DATA FOR PROCESSING =
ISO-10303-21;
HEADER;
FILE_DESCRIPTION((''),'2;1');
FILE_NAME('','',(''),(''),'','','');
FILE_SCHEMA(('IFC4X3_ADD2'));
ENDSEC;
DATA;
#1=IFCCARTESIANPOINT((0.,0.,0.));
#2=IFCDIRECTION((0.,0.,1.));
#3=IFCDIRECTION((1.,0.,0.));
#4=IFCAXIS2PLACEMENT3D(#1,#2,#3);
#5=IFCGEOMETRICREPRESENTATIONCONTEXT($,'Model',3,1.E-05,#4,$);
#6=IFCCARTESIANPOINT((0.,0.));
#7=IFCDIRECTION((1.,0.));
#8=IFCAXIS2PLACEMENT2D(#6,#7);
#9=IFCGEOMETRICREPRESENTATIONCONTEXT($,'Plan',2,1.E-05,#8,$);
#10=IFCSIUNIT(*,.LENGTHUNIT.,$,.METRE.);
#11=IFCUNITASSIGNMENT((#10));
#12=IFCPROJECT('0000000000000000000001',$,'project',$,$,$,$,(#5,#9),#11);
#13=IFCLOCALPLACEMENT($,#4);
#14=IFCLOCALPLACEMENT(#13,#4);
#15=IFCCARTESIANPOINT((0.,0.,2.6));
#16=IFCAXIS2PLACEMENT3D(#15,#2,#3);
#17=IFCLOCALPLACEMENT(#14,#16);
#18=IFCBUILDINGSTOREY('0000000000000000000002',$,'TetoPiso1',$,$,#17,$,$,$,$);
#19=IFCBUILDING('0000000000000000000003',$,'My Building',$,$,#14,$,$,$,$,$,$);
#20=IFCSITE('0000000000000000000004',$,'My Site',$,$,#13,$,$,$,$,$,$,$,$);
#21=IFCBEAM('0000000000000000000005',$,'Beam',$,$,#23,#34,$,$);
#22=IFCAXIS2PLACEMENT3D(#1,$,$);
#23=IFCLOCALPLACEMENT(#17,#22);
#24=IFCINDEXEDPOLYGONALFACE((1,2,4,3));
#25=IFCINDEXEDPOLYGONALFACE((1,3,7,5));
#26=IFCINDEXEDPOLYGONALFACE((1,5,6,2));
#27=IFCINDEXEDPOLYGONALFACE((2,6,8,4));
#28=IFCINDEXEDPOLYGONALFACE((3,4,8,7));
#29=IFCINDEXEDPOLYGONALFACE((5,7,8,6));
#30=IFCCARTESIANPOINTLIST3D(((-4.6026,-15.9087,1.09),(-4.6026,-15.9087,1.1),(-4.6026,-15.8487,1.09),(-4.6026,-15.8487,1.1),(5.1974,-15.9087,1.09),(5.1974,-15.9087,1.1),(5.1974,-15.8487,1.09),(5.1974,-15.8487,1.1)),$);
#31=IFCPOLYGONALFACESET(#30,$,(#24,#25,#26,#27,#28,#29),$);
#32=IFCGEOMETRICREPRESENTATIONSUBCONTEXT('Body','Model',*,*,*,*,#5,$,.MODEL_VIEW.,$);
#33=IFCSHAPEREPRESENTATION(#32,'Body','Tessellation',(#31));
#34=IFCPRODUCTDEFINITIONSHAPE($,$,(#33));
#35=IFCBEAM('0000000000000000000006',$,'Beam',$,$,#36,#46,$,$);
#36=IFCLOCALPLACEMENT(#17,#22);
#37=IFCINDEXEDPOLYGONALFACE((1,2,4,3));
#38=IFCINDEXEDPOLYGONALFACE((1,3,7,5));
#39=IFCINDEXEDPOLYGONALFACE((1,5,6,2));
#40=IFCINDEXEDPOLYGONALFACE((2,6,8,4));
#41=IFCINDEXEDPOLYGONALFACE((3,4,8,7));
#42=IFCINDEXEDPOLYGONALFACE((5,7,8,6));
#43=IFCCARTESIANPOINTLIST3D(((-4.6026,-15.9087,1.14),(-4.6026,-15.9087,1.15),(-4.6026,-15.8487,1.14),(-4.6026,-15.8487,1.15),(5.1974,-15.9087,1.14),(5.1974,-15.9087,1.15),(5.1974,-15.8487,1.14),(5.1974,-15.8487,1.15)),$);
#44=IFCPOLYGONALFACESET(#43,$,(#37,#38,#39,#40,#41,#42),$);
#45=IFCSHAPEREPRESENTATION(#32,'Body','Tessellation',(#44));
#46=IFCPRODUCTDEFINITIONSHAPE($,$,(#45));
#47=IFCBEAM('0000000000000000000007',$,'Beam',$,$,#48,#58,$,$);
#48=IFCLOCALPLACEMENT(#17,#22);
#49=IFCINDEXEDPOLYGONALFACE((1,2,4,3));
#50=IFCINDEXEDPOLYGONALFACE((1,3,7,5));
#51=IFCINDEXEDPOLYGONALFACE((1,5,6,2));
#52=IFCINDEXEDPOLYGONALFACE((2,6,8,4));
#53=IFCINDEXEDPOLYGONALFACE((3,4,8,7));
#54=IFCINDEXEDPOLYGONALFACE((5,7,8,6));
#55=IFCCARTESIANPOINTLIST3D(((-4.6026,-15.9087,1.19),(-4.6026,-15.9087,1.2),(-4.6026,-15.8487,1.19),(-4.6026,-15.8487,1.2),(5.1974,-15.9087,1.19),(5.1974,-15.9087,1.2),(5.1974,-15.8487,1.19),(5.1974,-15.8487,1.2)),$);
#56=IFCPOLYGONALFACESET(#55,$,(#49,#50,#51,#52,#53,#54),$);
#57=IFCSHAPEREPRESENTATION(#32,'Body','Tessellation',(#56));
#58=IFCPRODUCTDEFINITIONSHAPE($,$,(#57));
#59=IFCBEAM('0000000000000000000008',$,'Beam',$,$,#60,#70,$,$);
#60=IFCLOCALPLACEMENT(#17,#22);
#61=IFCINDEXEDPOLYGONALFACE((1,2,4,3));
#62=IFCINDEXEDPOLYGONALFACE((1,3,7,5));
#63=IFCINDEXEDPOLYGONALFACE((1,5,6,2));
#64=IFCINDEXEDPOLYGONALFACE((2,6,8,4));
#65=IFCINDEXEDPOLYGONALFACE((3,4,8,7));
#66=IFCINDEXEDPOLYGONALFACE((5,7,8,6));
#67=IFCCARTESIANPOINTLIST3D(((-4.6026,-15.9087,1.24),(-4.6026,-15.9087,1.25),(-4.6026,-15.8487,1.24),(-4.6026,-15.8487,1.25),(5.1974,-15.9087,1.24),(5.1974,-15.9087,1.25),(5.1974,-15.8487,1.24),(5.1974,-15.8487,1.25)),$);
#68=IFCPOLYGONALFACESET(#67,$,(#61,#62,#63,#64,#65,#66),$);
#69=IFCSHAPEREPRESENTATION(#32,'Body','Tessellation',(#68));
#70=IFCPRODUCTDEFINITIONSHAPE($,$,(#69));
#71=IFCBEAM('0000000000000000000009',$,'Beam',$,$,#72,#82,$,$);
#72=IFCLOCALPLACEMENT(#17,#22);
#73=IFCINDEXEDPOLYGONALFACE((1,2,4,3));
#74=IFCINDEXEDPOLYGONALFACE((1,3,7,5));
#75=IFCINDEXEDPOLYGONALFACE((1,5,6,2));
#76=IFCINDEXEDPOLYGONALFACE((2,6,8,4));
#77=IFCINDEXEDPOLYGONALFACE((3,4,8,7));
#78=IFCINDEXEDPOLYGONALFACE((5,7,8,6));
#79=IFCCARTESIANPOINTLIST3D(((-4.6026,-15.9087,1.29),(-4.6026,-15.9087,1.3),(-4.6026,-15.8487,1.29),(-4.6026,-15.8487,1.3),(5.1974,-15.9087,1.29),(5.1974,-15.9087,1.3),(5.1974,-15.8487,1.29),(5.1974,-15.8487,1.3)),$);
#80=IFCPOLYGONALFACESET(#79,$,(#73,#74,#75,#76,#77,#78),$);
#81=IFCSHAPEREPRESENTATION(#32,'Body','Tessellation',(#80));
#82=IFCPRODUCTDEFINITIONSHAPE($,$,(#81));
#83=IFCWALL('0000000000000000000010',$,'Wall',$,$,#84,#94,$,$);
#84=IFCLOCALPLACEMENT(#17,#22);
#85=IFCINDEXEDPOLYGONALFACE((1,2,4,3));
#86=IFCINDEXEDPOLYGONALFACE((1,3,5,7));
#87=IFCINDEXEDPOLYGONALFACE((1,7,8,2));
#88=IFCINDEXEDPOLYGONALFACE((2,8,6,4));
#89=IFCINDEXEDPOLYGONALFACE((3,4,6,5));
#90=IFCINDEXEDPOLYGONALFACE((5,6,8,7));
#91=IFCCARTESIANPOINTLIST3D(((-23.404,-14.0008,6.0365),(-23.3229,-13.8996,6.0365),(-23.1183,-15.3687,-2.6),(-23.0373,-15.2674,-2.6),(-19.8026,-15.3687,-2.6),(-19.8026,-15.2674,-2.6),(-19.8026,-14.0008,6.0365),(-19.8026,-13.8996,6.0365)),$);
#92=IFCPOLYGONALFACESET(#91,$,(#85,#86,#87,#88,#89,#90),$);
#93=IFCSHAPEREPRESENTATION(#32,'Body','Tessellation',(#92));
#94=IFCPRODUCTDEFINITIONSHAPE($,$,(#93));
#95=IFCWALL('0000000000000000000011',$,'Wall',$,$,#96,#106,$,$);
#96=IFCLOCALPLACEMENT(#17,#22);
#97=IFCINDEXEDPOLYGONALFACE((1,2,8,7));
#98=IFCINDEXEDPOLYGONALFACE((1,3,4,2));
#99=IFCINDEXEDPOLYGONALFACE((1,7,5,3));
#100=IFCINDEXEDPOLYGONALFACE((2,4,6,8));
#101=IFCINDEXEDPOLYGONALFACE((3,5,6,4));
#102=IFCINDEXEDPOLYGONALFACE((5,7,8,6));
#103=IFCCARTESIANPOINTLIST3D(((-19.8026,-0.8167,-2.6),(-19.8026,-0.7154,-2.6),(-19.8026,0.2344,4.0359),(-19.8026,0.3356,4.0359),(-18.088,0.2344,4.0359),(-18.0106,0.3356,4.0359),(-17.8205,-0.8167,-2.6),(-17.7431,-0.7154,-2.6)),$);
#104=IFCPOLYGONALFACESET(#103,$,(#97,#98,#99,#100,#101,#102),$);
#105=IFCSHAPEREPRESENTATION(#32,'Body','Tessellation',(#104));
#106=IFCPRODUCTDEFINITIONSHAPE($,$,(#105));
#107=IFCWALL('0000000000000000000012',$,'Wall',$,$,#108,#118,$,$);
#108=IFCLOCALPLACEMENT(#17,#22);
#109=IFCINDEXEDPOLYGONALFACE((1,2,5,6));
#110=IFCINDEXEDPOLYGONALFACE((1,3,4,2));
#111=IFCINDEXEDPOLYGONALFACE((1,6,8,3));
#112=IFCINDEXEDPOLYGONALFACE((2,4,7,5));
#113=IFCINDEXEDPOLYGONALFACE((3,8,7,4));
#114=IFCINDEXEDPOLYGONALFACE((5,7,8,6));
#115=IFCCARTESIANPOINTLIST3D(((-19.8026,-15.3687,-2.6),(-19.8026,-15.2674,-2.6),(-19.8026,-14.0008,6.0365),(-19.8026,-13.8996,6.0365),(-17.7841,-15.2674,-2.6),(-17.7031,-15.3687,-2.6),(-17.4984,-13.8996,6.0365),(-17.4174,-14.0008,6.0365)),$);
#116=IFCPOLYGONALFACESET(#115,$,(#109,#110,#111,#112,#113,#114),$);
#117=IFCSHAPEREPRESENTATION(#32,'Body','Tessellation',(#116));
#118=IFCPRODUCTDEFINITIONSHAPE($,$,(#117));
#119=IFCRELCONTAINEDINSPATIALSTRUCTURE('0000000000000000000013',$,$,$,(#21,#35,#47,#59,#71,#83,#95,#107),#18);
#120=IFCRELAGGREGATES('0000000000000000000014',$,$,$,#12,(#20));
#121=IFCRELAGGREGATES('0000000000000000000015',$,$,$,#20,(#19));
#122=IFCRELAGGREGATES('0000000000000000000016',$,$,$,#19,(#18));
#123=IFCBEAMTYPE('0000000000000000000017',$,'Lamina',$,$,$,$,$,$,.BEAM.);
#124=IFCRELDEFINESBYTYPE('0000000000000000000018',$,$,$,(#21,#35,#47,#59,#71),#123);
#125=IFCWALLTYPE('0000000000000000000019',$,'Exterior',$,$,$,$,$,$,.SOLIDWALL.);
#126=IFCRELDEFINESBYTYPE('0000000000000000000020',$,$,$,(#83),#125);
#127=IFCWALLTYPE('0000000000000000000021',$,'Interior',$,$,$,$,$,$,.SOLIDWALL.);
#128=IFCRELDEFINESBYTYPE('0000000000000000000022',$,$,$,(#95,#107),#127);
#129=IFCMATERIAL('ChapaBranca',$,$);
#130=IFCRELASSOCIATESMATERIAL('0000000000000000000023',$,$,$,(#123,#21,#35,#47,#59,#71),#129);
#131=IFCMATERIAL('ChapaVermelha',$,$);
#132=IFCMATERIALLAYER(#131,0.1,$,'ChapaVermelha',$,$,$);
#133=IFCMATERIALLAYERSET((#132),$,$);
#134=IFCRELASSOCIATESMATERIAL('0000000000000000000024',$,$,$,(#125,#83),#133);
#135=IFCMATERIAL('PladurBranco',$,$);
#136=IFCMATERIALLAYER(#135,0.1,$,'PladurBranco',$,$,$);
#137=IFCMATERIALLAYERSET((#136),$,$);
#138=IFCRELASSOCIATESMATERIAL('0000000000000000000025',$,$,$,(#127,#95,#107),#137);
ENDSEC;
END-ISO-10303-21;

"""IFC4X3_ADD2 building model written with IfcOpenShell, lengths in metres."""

from ifc_helpers import new_model, si_unit, frame, origin_with_axes, origin_2d, origin_2d_with_axis, place, context, subcontext, project, spatial, line, indexed_curve, rectangle, outline, extrude, boolean, material, layer, layer_set, layer_usage, material_profile, profile_set, profile_usage, type_object, element, save


model = new_model("IFC4X3_ADD2")

# Units and contexts
model_context = context("Model", 3, precision=1e-05, world=origin_with_axes())
plan_context = context("Plan", 2, precision=1e-05, world=origin_2d_with_axis())
body_context = subcontext(model_context, "Body", "Model", "MODEL_VIEW")
ifc_project = project(units=[si_unit("LENGTHUNIT", "METRE")], contexts=[model_context, plan_context])

# Site, building, storey
site_placement = place(None, origin_with_axes())
site = spatial("IfcSite", under=ifc_project, at=site_placement, Name="My Site")
building_placement = place(site_placement, origin_with_axes())
building = spatial("IfcBuilding", under=site, at=building_placement, Name="My Building")
storey_placement = place(building_placement, frame((0.0, 0.0, 2.6), z_axis=(0.0, 0.0, 1.0), x_axis=(1.0, 0.0, 0.0)))
storey = spatial("IfcBuildingStorey", under=building, at=storey_placement, Name="TetoPiso1")

# Beams
ifc_material_1 = material(Name="ChapaBranca")
ifc_material_profile_1 = material_profile(ifc_material_1, rectangle(XDim=0.06, YDim=0.01, at=origin_2d()))
ifc_profile_set_1 = profile_set([ifc_material_profile_1])
beam_type_1 = type_object("IfcBeamType", Name="Lamina", PredefinedType="BEAM", material=ifc_profile_set_1)
ifc_profile_usage_1 = profile_usage(ifc_profile_set_1, cardinal=5)
beam_1_placement = place(storey_placement, frame((-4.6026, -15.8787, 1.095), z_axis=(1.0, 0.0, 0.0), x_axis=(0.0, 1.0, 0.0)))
element("IfcBeam", 1, at=beam_1_placement, inside=storey, type_object=beam_type_1, material=ifc_profile_usage_1, Name="Beam", context=body_context, shape_type="SweptSolid", body=[
    extrude(rectangle(XDim=0.06, YDim=0.01, at=origin_2d()), origin_with_axes(), (0.0, 0.0, 1.0), 9.8),
])
ifc_profile_usage_2 = profile_usage(ifc_profile_set_1, cardinal=5)
beam_2_placement = place(storey_placement, frame((-4.6026, -15.8787, 1.145), z_axis=(1.0, 0.0, 0.0), x_axis=(0.0, 1.0, 0.0)))
element("IfcBeam", 2, at=beam_2_placement, inside=storey, type_object=beam_type_1, material=ifc_profile_usage_2, Name="Beam", context=body_context, shape_type="SweptSolid", body=[
    extrude(rectangle(XDim=0.06, YDim=0.01, at=origin_2d()), origin_with_axes(), (0.0, 0.0, 1.0), 9.8),
])
ifc_profile_usage_3 = profile_usage(ifc_profile_set_1, cardinal=5)
beam_3_placement = place(storey_placement, frame((-4.6026, -15.8787, 1.195), z_axis=(1.0, 0.0, 0.0), x_axis=(0.0, 1.0, 0.0)))
element("IfcBeam", 3, at=beam_3_placement, inside=storey, type_object=beam_type_1, material=ifc_profile_usage_3, Name="Beam", context=body_context, shape_type="SweptSolid", body=[
    extrude(rectangle(XDim=0.06, YDim=0.01, at=origin_2d()), origin_with_axes(), (0.0, 0.0, 1.0), 9.8),
])
ifc_profile_usage_4 = profile_usage(ifc_profile_set_1, cardinal=5)
beam_4_placement = place(storey_placement, frame((-4.6026, -15.8787, 1.245), z_axis=(1.0, 0.0, 0.0), x_axis=(0.0, 1.0, 0.0)))
element("IfcBeam", 4, at=beam_4_placement, inside=storey, type_object=beam_type_1, material=ifc_profile_usage_4, Name="Beam", context=body_context, shape_type="SweptSolid", body=[
    extrude(rectangle(XDim=0.06, YDim=0.01, at=origin_2d()), origin_with_axes(), (0.0, 0.0, 1.0), 9.8),
])
ifc_profile_usage_5 = profile_usage(ifc_profile_set_1, cardinal=5)
beam_5_placement = place(storey_placement, frame((-4.6026, -15.8787, 1.295), z_axis=(1.0, 0.0, 0.0), x_axis=(0.0, 1.0, 0.0)))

BRIEF = Only the lines from the start of the material through the line containing "#4=IFCAXIS2PLACEMENT3D(#1,#2,#3);" should be repeated, and they should be repeated exactly.

WRITTEN REPLY =
ISO-10303-21;
HEADER;
FILE_DESCRIPTION((''),'2;1');
FILE_NAME('','',(''),(''),'','','');
FILE_SCHEMA(('IFC4X3_ADD2'));
ENDSEC;
DATA;
#1=IFCCARTESIANPOINT((0.,0.,0.));
#2=IFCDIRECTION((0.,0.,1.));
#3=IFCDIRECTION((1.,0.,0.));
#4=IFCAXIS2PLACEMENT3D(#1,#2,#3);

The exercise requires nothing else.